COKE Piano Concertos Nos.3, 4 & 5
SIMON CALLAGHAN, Piano
BBC Scottish Symphony / Martyn Brabbins
Hyperion 68173 / ****1/2
The
music of almost-forgotten English pianist-composer Roger Sacheverell Coke
(1912-1972) is destined for an unexpected but long-awaited revival.
Young
British pianist Simon Callaghan presents world premiere recordings of three of
his piano concertos, which deserve more than an occasional airing. Coke was a
contemporary of Benjamin Britten who shunned 20th century
modernisms and atonalism, but looked back to the late Romantic musings of
Rachmaninov.
Thus
there is little surprise that Coke's Third Piano Concerto (1938) and Fourth
Piano Concerto (1940) bear certain resemblances to music of the Russian
emigre whom he counted as a friend.
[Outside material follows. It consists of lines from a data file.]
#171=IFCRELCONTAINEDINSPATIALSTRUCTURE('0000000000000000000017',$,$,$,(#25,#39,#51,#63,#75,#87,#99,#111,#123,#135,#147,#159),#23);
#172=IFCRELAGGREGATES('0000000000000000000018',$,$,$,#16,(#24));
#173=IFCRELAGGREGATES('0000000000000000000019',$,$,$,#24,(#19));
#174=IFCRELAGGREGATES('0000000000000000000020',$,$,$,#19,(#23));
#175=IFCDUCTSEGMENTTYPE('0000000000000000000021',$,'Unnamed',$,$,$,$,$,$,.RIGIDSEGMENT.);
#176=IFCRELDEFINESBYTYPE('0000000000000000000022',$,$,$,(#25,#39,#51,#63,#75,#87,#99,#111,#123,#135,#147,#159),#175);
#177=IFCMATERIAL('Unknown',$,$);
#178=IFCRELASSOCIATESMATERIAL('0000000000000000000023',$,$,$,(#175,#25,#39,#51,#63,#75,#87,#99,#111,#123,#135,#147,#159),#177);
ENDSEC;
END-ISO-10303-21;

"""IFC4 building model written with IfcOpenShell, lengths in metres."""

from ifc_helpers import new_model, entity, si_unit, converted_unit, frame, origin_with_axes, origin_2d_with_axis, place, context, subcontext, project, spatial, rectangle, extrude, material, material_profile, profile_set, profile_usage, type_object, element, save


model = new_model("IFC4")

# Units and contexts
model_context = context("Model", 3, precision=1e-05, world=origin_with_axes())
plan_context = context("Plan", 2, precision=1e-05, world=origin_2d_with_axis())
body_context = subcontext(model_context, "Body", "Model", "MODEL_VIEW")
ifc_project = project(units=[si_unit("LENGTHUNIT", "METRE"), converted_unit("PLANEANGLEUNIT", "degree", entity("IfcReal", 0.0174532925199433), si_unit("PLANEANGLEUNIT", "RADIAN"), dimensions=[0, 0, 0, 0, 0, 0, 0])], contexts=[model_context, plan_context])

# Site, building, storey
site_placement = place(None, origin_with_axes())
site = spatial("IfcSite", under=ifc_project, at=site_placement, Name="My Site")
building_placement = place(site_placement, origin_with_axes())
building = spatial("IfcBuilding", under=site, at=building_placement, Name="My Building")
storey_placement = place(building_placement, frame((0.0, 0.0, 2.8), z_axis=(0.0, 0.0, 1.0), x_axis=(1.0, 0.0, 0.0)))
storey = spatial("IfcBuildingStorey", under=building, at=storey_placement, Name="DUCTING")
Both play for about half-an-hour each, No.3
sounding like British film scores showpieces influenced by Rachmaninov, such as
Hubert Bath's Cornish Rhapsody or Richard Addinsell's Warsaw Rhapsody.
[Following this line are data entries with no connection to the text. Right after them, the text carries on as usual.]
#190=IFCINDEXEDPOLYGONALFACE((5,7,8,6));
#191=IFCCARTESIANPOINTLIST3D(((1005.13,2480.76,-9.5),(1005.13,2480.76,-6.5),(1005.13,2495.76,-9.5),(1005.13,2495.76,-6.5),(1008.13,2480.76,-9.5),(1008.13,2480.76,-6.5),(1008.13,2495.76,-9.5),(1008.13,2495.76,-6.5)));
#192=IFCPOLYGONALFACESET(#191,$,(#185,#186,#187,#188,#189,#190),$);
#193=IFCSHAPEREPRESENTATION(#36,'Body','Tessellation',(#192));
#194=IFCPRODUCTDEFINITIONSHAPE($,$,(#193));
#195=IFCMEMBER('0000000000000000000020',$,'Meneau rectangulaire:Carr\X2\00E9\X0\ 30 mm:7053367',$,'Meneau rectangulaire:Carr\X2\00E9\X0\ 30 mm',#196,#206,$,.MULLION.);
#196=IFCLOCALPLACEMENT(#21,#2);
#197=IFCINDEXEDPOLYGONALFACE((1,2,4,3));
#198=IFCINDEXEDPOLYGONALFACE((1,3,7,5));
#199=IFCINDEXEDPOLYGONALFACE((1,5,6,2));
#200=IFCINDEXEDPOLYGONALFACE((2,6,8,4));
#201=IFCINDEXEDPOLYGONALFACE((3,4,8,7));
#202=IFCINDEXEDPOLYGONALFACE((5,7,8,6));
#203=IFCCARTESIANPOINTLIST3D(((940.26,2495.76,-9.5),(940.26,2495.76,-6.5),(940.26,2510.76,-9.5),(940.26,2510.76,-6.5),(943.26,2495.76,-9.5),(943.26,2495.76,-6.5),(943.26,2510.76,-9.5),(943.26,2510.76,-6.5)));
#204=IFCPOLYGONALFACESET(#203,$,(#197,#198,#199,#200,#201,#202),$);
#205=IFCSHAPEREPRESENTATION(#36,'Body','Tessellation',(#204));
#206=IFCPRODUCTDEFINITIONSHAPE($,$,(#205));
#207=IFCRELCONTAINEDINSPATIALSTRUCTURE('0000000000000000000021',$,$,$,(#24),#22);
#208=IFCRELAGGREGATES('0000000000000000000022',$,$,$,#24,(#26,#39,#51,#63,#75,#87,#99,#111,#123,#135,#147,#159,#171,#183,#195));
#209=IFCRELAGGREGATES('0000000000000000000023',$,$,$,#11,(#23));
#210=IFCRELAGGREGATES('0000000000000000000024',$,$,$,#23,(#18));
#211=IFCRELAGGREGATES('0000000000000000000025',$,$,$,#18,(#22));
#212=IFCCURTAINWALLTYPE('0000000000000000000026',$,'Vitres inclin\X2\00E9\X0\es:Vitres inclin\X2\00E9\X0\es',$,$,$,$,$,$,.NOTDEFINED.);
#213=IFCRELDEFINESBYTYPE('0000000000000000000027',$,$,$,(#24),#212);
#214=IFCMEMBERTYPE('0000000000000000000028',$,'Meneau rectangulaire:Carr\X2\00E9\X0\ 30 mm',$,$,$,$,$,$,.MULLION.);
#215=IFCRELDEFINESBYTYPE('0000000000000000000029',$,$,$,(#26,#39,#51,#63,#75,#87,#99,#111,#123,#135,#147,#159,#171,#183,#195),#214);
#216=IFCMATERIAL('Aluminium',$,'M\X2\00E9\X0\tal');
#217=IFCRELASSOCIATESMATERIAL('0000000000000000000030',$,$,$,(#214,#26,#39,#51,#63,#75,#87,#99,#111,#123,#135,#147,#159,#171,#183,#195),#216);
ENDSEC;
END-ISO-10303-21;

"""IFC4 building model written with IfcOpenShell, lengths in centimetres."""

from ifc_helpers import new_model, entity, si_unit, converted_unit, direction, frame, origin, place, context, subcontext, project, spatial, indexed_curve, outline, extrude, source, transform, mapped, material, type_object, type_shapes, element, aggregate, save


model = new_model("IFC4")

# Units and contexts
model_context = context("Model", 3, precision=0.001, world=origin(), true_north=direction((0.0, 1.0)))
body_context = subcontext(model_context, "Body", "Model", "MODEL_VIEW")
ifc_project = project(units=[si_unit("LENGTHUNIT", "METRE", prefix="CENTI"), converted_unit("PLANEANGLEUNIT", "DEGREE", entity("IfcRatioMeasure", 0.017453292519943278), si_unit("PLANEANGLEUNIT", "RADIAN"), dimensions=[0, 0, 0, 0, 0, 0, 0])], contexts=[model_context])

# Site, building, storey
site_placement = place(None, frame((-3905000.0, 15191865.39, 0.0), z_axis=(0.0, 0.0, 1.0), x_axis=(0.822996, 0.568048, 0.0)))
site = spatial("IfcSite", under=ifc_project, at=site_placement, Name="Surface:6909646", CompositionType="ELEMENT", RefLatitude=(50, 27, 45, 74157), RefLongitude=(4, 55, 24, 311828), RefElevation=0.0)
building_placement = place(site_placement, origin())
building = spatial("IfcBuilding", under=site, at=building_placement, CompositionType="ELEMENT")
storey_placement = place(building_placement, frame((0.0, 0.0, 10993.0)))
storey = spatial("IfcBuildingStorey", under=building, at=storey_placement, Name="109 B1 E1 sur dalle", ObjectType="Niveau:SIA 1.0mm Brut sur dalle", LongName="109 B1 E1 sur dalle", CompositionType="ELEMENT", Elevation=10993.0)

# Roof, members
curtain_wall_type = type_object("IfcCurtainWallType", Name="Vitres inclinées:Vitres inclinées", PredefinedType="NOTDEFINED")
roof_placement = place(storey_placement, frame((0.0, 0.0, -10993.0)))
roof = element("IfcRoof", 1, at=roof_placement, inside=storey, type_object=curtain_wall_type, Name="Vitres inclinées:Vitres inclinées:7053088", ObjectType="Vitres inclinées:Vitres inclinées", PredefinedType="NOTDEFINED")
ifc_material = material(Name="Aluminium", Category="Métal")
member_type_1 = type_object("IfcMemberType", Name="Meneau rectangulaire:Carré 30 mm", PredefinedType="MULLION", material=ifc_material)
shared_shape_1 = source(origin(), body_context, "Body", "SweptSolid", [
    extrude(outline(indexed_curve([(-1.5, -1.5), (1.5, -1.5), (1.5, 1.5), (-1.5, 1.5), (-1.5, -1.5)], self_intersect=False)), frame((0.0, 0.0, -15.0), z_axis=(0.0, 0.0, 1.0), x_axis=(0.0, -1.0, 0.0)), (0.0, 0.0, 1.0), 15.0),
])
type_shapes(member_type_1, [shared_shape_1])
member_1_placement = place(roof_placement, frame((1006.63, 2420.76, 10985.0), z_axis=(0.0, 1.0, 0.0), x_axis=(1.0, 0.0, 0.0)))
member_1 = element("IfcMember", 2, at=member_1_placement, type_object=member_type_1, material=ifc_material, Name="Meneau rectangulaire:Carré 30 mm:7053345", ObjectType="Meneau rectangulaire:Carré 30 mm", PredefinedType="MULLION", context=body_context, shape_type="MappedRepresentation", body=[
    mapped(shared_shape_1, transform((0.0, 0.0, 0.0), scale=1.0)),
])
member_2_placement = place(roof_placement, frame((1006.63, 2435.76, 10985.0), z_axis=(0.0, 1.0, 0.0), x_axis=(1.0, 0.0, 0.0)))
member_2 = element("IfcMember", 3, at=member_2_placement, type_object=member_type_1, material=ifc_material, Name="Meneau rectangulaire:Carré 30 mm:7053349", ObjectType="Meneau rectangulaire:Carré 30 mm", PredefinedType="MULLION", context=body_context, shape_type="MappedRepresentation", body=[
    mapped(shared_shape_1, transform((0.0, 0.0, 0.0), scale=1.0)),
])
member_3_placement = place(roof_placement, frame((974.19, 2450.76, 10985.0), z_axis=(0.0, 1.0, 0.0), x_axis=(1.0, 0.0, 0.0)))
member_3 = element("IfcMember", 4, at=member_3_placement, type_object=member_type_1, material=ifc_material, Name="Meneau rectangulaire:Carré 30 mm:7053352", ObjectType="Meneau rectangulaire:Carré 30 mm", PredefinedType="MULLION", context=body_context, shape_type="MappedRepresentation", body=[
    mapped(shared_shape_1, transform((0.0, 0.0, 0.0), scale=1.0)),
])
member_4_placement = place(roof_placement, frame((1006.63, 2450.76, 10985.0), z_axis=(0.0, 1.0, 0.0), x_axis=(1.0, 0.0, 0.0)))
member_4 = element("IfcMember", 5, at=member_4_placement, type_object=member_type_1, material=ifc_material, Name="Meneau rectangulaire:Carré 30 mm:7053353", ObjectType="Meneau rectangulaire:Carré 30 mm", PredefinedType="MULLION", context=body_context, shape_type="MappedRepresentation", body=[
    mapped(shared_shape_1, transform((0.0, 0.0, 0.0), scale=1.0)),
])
No.4 is a far darker and morose work with an opening redolent of that in
Rachmaninov's Third Piano Concerto.
Coke's
Fifth Piano Concerto (1947/50) exists only as a slow movement, which is for
most part wistful and melancholic. Callaghan's very convincing performances can
scarcely be bettered and one looks forward to the eventual discovery of its
outer movements and earlier 'lost' concertos.